TASK – Going down the data below, set down exactly the line with "#79=IFCINDEXEDPOLYGONALFACE((1,2,4,3));" and each line after it through the line with "#84=IFCINDEXEDPOLYGONALFACE((5,7,8,6));"; no other lines.

STORED DATA –
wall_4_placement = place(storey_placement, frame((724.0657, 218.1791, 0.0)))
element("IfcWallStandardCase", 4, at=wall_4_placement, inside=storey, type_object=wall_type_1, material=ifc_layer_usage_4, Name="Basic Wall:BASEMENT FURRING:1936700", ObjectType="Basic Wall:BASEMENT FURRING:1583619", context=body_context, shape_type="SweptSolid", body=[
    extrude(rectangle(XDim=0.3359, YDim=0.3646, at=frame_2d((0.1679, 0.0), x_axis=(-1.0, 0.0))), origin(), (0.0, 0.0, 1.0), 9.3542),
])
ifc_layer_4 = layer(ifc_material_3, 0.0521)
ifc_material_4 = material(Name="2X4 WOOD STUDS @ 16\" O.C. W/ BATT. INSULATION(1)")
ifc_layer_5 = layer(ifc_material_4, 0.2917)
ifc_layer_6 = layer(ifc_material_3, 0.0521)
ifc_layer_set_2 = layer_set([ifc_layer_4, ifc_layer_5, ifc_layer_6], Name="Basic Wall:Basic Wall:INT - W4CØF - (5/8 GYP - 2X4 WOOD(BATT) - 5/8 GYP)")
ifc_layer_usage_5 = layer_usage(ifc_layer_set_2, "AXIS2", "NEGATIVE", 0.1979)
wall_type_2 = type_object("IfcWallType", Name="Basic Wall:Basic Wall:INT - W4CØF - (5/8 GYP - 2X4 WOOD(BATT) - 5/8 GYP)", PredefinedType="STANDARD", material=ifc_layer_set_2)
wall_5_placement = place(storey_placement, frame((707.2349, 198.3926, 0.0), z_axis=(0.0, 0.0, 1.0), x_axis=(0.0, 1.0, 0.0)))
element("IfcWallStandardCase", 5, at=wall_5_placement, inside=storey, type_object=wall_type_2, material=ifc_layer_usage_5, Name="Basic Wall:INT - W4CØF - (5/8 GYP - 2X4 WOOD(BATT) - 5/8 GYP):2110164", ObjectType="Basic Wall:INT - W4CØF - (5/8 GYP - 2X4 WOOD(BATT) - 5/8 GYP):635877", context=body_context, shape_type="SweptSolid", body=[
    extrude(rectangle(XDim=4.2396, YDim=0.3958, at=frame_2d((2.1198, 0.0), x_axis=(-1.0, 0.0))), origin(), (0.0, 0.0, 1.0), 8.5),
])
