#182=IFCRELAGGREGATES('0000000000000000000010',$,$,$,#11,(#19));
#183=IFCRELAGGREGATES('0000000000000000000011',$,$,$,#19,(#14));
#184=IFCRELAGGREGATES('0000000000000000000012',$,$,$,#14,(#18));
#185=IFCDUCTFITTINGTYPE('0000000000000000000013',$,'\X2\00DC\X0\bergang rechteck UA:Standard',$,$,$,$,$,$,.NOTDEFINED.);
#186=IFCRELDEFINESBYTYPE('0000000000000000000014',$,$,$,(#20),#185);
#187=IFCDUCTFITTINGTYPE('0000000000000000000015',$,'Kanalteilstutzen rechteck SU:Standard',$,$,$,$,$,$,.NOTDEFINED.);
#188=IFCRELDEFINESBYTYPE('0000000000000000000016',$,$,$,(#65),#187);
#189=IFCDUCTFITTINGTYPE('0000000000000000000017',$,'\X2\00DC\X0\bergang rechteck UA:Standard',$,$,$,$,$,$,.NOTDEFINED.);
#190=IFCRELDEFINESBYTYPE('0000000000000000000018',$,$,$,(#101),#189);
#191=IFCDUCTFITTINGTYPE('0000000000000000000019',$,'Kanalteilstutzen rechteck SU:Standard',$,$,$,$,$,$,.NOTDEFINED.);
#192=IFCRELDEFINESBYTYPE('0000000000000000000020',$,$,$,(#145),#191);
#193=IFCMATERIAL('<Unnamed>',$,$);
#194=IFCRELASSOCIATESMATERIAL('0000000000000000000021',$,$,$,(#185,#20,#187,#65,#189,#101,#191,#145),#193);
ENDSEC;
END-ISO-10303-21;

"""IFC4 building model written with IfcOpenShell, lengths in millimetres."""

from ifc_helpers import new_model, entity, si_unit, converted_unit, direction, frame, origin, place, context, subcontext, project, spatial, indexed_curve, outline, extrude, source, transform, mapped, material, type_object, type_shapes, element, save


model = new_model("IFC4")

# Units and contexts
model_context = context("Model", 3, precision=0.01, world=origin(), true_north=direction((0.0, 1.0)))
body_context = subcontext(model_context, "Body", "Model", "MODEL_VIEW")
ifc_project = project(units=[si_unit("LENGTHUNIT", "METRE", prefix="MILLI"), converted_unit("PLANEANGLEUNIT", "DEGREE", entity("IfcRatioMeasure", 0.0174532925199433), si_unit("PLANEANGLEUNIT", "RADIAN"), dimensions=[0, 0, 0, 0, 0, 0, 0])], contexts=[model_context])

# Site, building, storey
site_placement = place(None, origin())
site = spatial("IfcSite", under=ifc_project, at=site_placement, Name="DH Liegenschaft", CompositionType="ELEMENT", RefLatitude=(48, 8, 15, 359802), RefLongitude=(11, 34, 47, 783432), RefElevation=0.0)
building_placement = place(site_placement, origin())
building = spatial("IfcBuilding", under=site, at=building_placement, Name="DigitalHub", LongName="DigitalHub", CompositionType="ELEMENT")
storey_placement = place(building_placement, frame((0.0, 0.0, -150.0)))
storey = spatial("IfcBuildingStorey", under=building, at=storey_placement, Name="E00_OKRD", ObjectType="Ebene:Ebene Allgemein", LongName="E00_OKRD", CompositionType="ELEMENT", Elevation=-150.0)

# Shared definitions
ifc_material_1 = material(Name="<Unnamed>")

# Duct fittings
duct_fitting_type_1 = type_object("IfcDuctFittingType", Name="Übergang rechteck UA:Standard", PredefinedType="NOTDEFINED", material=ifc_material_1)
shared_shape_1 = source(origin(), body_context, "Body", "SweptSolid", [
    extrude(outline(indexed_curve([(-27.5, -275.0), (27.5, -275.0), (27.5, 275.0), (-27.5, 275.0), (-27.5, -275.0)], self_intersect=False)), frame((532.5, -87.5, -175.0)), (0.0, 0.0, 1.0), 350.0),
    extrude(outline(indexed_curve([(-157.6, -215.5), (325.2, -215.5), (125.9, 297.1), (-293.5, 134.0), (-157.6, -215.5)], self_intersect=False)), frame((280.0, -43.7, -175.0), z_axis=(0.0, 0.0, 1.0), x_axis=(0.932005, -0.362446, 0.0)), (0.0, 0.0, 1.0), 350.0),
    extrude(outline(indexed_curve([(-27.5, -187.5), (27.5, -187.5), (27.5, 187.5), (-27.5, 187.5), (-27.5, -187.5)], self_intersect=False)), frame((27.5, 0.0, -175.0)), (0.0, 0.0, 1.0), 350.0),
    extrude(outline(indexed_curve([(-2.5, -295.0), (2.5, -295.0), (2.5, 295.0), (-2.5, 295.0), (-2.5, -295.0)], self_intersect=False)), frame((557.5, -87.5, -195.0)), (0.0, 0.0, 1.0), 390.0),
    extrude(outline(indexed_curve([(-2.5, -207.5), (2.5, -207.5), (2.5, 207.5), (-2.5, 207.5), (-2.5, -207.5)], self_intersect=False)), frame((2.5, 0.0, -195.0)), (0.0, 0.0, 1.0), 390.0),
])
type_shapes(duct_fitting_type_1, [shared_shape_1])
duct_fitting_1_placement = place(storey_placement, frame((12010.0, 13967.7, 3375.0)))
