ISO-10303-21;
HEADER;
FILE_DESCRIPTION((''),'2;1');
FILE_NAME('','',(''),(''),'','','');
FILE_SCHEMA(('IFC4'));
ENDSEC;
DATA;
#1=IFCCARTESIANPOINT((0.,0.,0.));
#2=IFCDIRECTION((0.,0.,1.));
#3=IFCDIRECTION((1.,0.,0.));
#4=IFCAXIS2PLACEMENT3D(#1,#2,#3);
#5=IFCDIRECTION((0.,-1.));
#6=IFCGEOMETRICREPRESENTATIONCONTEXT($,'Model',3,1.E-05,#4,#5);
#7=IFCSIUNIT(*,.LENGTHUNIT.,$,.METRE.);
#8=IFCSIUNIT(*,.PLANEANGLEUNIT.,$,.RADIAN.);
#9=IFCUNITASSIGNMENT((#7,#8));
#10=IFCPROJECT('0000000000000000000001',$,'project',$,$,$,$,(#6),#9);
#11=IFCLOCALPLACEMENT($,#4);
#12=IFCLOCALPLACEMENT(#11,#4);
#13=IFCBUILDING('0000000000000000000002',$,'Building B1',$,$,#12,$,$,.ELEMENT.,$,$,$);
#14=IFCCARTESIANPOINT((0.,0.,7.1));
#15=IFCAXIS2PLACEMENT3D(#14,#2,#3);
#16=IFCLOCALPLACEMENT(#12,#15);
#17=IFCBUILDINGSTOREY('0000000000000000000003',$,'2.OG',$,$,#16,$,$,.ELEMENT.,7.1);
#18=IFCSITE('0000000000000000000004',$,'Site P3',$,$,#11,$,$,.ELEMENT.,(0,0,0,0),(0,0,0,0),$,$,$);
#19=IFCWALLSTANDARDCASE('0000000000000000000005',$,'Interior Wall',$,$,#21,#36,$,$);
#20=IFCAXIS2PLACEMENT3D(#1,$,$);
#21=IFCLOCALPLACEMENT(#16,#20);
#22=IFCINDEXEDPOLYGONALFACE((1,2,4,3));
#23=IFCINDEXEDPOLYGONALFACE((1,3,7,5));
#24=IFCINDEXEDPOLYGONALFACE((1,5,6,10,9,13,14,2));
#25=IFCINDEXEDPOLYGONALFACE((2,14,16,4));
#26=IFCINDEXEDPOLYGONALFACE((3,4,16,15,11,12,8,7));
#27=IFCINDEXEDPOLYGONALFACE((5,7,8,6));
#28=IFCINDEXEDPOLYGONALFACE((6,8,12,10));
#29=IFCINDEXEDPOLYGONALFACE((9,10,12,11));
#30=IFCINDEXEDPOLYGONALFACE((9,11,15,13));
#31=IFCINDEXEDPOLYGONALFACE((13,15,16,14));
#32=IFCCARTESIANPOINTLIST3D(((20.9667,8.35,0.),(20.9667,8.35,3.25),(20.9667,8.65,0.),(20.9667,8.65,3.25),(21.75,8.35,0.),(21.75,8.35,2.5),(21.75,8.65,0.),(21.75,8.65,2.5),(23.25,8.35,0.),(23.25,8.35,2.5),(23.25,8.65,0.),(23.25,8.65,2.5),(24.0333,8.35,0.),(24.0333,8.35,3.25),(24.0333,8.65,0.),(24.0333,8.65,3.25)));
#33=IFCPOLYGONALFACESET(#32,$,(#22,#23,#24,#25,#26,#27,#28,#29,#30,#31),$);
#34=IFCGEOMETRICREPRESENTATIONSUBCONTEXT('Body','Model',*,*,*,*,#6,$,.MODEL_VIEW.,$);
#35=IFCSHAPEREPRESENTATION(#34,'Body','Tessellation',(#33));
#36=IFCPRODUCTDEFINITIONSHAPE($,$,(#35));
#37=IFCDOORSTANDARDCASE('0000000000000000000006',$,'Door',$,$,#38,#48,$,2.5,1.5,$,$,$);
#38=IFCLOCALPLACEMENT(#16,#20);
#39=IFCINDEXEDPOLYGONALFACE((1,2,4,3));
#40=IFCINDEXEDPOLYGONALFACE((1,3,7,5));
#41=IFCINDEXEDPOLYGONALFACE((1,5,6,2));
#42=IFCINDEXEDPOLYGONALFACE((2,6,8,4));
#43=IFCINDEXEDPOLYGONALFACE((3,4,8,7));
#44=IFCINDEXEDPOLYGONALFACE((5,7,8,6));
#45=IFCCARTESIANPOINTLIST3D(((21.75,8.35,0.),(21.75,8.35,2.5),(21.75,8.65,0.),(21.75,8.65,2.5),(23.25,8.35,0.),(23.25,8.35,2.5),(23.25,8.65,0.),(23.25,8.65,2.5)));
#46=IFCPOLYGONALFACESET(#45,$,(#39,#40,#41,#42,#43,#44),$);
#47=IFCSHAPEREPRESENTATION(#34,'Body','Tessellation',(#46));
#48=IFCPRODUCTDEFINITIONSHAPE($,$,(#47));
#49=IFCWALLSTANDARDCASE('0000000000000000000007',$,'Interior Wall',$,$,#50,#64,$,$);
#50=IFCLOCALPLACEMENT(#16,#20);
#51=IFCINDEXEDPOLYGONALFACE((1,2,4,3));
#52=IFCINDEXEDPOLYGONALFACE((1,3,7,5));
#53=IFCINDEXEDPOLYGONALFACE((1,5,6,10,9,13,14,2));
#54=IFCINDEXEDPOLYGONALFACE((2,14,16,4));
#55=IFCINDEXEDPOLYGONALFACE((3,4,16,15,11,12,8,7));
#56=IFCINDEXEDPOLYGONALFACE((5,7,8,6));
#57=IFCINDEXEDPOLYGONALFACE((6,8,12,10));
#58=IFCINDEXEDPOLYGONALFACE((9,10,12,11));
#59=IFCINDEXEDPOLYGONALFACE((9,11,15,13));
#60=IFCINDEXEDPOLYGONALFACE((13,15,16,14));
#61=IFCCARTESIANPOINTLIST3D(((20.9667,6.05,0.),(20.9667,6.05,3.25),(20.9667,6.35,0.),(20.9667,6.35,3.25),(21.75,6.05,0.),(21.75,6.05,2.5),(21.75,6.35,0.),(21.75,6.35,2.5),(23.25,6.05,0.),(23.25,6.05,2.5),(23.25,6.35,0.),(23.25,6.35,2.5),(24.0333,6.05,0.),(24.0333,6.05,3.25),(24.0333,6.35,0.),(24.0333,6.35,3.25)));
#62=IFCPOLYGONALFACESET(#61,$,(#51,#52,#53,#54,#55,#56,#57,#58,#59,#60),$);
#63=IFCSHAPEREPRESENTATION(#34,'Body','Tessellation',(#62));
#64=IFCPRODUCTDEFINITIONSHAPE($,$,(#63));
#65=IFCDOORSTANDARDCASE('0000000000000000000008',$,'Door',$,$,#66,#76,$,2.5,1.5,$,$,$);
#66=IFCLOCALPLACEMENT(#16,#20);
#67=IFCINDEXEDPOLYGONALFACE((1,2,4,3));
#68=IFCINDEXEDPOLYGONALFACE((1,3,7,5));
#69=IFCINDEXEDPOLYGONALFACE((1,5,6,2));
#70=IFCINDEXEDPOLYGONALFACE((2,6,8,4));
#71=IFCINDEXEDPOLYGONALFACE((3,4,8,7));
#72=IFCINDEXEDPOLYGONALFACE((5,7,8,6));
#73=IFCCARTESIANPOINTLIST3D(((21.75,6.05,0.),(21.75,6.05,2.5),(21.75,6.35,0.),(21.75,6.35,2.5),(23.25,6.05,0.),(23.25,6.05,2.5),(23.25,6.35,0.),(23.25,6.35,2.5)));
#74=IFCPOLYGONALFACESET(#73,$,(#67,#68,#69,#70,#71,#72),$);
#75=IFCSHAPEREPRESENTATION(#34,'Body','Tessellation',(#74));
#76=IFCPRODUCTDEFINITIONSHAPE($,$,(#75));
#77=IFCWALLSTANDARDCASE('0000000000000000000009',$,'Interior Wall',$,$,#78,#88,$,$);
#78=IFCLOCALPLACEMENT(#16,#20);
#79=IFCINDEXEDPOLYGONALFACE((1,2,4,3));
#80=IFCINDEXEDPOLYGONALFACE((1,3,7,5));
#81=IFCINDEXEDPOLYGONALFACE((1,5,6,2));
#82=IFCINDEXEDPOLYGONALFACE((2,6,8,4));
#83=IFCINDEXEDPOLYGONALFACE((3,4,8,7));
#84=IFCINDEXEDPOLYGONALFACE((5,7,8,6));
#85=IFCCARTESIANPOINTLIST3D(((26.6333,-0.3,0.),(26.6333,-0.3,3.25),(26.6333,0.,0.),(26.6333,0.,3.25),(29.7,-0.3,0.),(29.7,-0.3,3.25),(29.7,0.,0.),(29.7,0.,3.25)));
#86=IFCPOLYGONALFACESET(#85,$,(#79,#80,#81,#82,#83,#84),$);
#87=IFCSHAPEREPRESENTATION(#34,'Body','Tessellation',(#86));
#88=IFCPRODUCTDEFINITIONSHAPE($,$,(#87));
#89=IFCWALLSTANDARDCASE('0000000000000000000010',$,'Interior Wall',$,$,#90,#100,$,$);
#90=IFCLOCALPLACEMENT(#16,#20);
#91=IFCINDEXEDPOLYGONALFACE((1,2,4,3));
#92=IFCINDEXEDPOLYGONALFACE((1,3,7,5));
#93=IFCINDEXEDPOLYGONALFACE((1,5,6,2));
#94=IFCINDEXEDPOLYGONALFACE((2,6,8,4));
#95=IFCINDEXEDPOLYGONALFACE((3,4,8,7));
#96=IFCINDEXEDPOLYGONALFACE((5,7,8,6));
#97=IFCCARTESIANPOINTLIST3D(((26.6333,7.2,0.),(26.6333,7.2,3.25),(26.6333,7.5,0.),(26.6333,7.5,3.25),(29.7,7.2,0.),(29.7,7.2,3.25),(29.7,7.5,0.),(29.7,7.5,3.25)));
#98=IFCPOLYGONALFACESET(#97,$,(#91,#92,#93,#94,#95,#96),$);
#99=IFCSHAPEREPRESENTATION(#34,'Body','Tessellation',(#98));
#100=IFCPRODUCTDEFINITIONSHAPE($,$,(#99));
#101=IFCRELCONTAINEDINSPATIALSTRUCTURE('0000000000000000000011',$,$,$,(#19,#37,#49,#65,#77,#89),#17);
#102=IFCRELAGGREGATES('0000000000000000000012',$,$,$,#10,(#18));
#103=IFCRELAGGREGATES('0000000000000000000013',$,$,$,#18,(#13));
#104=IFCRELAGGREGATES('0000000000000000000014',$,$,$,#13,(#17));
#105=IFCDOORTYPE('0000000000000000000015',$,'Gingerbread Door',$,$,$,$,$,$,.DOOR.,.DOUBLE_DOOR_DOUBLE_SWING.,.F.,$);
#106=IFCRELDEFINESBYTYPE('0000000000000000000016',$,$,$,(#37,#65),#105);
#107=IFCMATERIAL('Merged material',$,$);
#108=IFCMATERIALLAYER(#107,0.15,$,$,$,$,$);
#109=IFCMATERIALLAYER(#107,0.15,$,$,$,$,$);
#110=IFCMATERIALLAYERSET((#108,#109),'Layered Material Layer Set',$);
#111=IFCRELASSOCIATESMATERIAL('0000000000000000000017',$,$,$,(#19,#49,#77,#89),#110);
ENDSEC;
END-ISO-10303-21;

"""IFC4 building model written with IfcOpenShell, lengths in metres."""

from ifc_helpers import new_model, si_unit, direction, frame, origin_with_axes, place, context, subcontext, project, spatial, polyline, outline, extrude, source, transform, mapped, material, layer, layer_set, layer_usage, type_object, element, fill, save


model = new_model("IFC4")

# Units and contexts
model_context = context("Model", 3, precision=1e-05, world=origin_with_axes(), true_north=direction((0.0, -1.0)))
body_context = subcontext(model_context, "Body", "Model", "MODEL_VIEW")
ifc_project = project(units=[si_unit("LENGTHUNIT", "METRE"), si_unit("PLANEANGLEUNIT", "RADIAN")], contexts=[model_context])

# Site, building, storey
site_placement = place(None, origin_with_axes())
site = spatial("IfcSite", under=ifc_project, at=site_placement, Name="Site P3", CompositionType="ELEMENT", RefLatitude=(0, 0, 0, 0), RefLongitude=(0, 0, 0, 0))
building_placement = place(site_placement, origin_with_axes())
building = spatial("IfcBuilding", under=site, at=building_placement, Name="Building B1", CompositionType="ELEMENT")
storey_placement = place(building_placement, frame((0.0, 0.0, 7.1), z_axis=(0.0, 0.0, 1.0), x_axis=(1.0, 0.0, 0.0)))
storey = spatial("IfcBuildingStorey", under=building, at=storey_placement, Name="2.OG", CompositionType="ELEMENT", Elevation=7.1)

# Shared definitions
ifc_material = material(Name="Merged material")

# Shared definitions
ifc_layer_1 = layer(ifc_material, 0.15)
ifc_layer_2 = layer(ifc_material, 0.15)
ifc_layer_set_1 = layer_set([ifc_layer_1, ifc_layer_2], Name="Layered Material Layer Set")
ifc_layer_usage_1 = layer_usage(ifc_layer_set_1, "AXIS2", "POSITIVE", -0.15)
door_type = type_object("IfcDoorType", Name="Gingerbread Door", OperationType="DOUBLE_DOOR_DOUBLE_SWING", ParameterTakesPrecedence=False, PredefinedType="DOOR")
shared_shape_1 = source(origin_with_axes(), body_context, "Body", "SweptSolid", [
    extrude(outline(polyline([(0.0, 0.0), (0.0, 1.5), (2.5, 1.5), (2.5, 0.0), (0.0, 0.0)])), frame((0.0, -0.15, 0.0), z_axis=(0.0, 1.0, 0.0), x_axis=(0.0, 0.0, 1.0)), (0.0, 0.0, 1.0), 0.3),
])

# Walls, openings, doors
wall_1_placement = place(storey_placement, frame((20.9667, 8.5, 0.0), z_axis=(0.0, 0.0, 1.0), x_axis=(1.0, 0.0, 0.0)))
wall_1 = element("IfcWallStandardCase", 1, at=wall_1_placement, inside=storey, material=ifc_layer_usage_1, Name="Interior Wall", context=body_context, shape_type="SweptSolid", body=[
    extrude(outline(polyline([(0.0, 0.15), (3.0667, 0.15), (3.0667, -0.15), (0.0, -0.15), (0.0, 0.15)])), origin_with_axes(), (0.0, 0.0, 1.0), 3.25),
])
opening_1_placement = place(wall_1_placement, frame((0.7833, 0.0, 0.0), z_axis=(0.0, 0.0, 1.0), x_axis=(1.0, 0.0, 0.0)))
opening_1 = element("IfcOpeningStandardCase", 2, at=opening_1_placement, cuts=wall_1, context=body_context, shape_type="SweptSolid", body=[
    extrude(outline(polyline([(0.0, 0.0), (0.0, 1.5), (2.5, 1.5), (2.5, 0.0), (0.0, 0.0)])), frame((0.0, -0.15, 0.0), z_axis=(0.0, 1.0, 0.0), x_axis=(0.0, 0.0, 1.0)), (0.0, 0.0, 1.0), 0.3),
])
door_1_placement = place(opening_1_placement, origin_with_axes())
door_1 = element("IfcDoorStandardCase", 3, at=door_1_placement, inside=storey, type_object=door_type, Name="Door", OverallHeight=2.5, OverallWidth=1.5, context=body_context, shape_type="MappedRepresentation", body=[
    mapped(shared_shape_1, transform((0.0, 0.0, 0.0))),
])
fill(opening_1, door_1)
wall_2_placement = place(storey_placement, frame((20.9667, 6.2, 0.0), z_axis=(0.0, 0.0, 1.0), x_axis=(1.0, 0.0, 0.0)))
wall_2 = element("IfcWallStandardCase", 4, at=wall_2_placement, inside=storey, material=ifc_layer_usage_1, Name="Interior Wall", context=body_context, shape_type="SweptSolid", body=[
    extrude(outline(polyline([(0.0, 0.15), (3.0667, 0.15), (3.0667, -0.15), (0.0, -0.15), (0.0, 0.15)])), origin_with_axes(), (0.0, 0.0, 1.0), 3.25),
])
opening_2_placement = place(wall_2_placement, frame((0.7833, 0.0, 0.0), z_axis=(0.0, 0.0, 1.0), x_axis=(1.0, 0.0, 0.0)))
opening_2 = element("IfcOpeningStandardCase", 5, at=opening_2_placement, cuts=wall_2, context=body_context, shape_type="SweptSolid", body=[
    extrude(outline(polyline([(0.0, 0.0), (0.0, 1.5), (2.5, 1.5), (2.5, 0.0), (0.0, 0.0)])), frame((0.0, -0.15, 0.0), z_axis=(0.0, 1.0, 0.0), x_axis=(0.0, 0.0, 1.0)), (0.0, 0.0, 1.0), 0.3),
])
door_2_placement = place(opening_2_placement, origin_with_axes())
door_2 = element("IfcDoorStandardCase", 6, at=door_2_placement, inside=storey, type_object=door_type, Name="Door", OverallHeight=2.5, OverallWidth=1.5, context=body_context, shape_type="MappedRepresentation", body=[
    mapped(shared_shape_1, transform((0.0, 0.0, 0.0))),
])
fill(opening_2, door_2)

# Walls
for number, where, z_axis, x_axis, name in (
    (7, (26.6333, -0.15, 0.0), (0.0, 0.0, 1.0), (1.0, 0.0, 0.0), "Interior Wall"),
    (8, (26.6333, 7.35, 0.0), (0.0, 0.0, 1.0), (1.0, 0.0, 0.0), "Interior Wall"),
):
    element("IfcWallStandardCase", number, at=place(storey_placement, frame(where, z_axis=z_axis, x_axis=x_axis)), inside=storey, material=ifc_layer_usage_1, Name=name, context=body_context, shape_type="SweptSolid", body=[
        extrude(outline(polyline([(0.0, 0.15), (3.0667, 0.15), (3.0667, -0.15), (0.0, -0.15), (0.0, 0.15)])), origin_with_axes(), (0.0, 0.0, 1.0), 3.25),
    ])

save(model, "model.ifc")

SOLUTION TO THIS TASK –
#79=IFCINDEXEDPOLYGONALFACE((1,2,4,3));
#80=IFCINDEXEDPOLYGONALFACE((1,3,7,5));
#81=IFCINDEXEDPOLYGONALFACE((1,5,6,2));
#82=IFCINDEXEDPOLYGONALFACE((2,6,8,4));
#83=IFCINDEXEDPOLYGONALFACE((3,4,8,7));
#84=IFCINDEXEDPOLYGONALFACE((5,7,8,6));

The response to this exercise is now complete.